Problem> Each record is to be duplicated exactly, with nothing added.
*-*-*
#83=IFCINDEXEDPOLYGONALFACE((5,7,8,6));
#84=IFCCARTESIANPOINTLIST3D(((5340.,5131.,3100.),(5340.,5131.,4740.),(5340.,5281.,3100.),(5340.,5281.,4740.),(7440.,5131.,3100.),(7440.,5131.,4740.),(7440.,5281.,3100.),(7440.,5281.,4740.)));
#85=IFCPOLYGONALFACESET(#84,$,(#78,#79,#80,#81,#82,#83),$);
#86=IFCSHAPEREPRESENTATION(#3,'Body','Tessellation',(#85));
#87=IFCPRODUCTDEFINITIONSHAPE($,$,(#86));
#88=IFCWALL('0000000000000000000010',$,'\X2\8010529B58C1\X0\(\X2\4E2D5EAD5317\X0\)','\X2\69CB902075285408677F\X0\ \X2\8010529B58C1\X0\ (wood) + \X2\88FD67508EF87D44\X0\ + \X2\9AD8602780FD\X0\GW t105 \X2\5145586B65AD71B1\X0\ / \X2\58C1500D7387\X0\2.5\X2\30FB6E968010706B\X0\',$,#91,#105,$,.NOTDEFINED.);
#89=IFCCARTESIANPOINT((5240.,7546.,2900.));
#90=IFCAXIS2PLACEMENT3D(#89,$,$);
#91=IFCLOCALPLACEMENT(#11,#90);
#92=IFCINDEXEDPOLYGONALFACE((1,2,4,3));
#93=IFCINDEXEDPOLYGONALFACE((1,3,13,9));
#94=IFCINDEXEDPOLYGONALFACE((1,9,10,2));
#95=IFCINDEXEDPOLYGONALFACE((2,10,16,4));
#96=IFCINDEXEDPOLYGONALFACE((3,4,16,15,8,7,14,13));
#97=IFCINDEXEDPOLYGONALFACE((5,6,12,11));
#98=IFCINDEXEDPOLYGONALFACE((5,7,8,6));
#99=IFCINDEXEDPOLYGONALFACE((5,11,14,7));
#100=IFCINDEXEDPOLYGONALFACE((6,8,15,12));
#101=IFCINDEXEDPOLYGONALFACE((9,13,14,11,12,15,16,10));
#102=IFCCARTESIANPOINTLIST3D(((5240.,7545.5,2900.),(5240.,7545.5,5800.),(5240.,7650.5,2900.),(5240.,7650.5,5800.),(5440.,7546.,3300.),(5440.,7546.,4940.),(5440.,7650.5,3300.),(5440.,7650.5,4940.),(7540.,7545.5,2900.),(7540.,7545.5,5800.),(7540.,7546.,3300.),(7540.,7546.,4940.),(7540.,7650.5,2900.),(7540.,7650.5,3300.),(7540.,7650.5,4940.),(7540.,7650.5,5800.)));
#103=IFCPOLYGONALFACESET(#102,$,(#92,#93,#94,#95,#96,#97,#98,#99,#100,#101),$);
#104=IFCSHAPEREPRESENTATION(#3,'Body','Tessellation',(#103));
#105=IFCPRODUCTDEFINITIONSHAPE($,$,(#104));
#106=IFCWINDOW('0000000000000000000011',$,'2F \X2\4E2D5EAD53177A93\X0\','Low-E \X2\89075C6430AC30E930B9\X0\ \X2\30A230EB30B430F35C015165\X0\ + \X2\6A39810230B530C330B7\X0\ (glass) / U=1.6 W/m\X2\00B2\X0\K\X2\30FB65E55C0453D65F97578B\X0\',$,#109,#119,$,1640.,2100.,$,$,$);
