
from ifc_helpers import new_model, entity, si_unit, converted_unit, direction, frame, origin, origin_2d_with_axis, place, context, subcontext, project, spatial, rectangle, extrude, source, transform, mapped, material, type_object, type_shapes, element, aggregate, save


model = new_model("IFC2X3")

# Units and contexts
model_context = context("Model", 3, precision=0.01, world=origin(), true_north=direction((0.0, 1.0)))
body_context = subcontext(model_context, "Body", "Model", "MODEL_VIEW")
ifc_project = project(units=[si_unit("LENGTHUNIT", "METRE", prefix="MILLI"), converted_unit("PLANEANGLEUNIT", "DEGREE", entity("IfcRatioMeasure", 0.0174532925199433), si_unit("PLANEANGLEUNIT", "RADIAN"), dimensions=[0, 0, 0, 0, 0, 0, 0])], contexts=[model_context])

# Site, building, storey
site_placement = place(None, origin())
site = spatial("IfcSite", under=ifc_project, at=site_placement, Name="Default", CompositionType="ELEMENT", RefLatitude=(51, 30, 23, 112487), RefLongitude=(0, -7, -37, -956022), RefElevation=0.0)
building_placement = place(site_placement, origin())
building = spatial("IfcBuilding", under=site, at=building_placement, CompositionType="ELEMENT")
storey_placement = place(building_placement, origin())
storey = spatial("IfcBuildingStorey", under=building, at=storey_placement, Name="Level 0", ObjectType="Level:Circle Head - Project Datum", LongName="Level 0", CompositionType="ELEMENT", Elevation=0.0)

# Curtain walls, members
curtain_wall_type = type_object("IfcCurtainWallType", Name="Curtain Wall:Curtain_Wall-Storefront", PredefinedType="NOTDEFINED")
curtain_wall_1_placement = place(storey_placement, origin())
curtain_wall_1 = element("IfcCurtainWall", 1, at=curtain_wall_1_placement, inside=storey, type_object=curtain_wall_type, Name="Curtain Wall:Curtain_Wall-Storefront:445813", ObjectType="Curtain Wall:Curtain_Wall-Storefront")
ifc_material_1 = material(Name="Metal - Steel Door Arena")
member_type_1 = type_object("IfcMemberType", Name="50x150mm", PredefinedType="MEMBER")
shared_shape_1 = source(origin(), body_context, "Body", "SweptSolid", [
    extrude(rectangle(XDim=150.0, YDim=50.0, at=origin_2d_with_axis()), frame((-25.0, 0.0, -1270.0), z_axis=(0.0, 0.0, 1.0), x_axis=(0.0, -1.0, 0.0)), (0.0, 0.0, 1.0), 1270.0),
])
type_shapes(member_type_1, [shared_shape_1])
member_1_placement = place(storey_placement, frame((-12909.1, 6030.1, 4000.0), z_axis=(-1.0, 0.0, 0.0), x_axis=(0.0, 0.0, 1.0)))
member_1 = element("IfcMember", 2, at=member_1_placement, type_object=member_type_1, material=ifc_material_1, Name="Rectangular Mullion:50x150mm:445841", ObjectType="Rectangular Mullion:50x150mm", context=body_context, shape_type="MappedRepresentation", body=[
*-*-*
Output for this exercise>
#83=IFCINDEXEDPOLYGONALFACE((5,7,8,6));
#84=IFCCARTESIANPOINTLIST3D(((5340.,5131.,3100.),(5340.,5131.,4740.),(5340.,5281.,3100.),(5340.,5281.,4740.),(7440.,5131.,3100.),(7440.,5131.,4740.),(7440.,5281.,3100.),(7440.,5281.,4740.)));
#85=IFCPOLYGONALFACESET(#84,$,(#78,#79,#80,#81,#82,#83),$);
#86=IFCSHAPEREPRESENTATION(#3,'Body','Tessellation',(#85));
#87=IFCPRODUCTDEFINITIONSHAPE($,$,(#86));
#88=IFCWALL('0000000000000000000010',$,'\X2\8010529B58C1\X0\(\X2\4E2D5EAD5317\X0\)','\X2\69CB902075285408677F\X0\ \X2\8010529B58C1\X0\ (wood) + \X2\88FD67508EF87D44\X0\ + \X2\9AD8602780FD\X0\GW t105 \X2\5145586B65AD71B1\X0\ / \X2\58C1500D7387\X0\2.5\X2\30FB6E968010706B\X0\',$,#91,#105,$,.NOTDEFINED.);
#89=IFCCARTESIANPOINT((5240.,7546.,2900.));
#90=IFCAXIS2PLACEMENT3D(#89,$,$);
#91=IFCLOCALPLACEMENT(#11,#90);
#92=IFCINDEXEDPOLYGONALFACE((1,2,4,3));
#93=IFCINDEXEDPOLYGONALFACE((1,3,13,9));
#94=IFCINDEXEDPOLYGONALFACE((1,9,10,2));
#95=IFCINDEXEDPOLYGONALFACE((2,10,16,4));
#96=IFCINDEXEDPOLYGONALFACE((3,4,16,15,8,7,14,13));
#97=IFCINDEXEDPOLYGONALFACE((5,6,12,11));
#98=IFCINDEXEDPOLYGONALFACE((5,7,8,6));
#99=IFCINDEXEDPOLYGONALFACE((5,11,14,7));
#100=IFCINDEXEDPOLYGONALFACE((6,8,15,12));
#101=IFCINDEXEDPOLYGONALFACE((9,13,14,11,12,15,16,10));
#102=IFCCARTESIANPOINTLIST3D(((5240.,7545.5,2900.),(5240.,7545.5,5800.),(5240.,7650.5,2900.),(5240.,7650.5,5800.),(5440.,7546.,3300.),(5440.,7546.,4940.),(5440.,7650.5,3300.),(5440.,7650.5,4940.),(7540.,7545.5,2900.),(7540.,7545.5,5800.),(7540.,7546.,3300.),(7540.,7546.,4940.),(7540.,7650.5,2900.),(7540.,7650.5,3300.),(7540.,7650.5,4940.),(7540.,7650.5,5800.)));
#103=IFCPOLYGONALFACESET(#102,$,(#92,#93,#94,#95,#96,#97,#98,#99,#100,#101),$);
#104=IFCSHAPEREPRESENTATION(#3,'Body','Tessellation',(#103));
#105=IFCPRODUCTDEFINITIONSHAPE($,$,(#104));
#106=IFCWINDOW('0000000000000000000011',$,'2F \X2\4E2D5EAD53177A93\X0\','Low-E \X2\89075C6430AC30E930B9\X0\ \X2\30A230EB30B430F35C015165\X0\ + \X2\6A39810230B530C330B7\X0\ (glass) / U=1.6 W/m\X2\00B2\X0\K\X2\30FB65E55C0453D65F97578B\X0\',$,#109,#119,$,1640.,2100.,$,$,$);

from ifc_helpers import new_model, entity, si_unit, converted_unit, direction, frame, origin, origin_2d_with_axis, place, context, subcontext, project, spatial, rectangle, extrude, source, transform, mapped, material, type_object, type_shapes, element, aggregate, save


model = new_model("IFC2X3")

# Units and contexts
model_context = context("Model", 3, precision=0.01, world=origin(), true_north=direction((0.0, 1.0)))
body_context = subcontext(model_context, "Body", "Model", "MODEL_VIEW")
ifc_project = project(units=[si_unit("LENGTHUNIT", "METRE", prefix="MILLI"), converted_unit("PLANEANGLEUNIT", "DEGREE", entity("IfcRatioMeasure", 0.0174532925199433), si_unit("PLANEANGLEUNIT", "RADIAN"), dimensions=[0, 0, 0, 0, 0, 0, 0])], contexts=[model_context])

# Site, building, storey
site_placement = place(None, origin())
site = spatial("IfcSite", under=ifc_project, at=site_placement, Name="Default", CompositionType="ELEMENT", RefLatitude=(51, 30, 23, 112487), RefLongitude=(0, -7, -37, -956022), RefElevation=0.0)
building_placement = place(site_placement, origin())
building = spatial("IfcBuilding", under=site, at=building_placement, CompositionType="ELEMENT")
storey_placement = place(building_placement, origin())
storey = spatial("IfcBuildingStorey", under=building, at=storey_placement, Name="Level 0", ObjectType="Level:Circle Head - Project Datum", LongName="Level 0", CompositionType="ELEMENT", Elevation=0.0)

# Curtain walls, members
curtain_wall_type = type_object("IfcCurtainWallType", Name="Curtain Wall:Curtain_Wall-Storefront", PredefinedType="NOTDEFINED")
curtain_wall_1_placement = place(storey_placement, origin())
curtain_wall_1 = element("IfcCurtainWall", 1, at=curtain_wall_1_placement, inside=storey, type_object=curtain_wall_type, Name="Curtain Wall:Curtain_Wall-Storefront:445813", ObjectType="Curtain Wall:Curtain_Wall-Storefront")
ifc_material_1 = material(Name="Metal - Steel Door Arena")
member_type_1 = type_object("IfcMemberType", Name="50x150mm", PredefinedType="MEMBER")
shared_shape_1 = source(origin(), body_context, "Body", "SweptSolid", [
    extrude(rectangle(XDim=150.0, YDim=50.0, at=origin_2d_with_axis()), frame((-25.0, 0.0, -1270.0), z_axis=(0.0, 0.0, 1.0), x_axis=(0.0, -1.0, 0.0)), (0.0, 0.0, 1.0), 1270.0),
])
type_shapes(member_type_1, [shared_shape_1])
member_1_placement = place(storey_placement, frame((-12909.1, 6030.1, 4000.0), z_axis=(-1.0, 0.0, 0.0), x_axis=(0.0, 0.0, 1.0)))
member_1 = element("IfcMember", 2, at=member_1_placement, type_object=member_type_1, material=ifc_material_1, Name="Rectangular Mullion:50x150mm:445841", ObjectType="Rectangular Mullion:50x150mm", context=body_context, shape_type="MappedRepresentation", body=[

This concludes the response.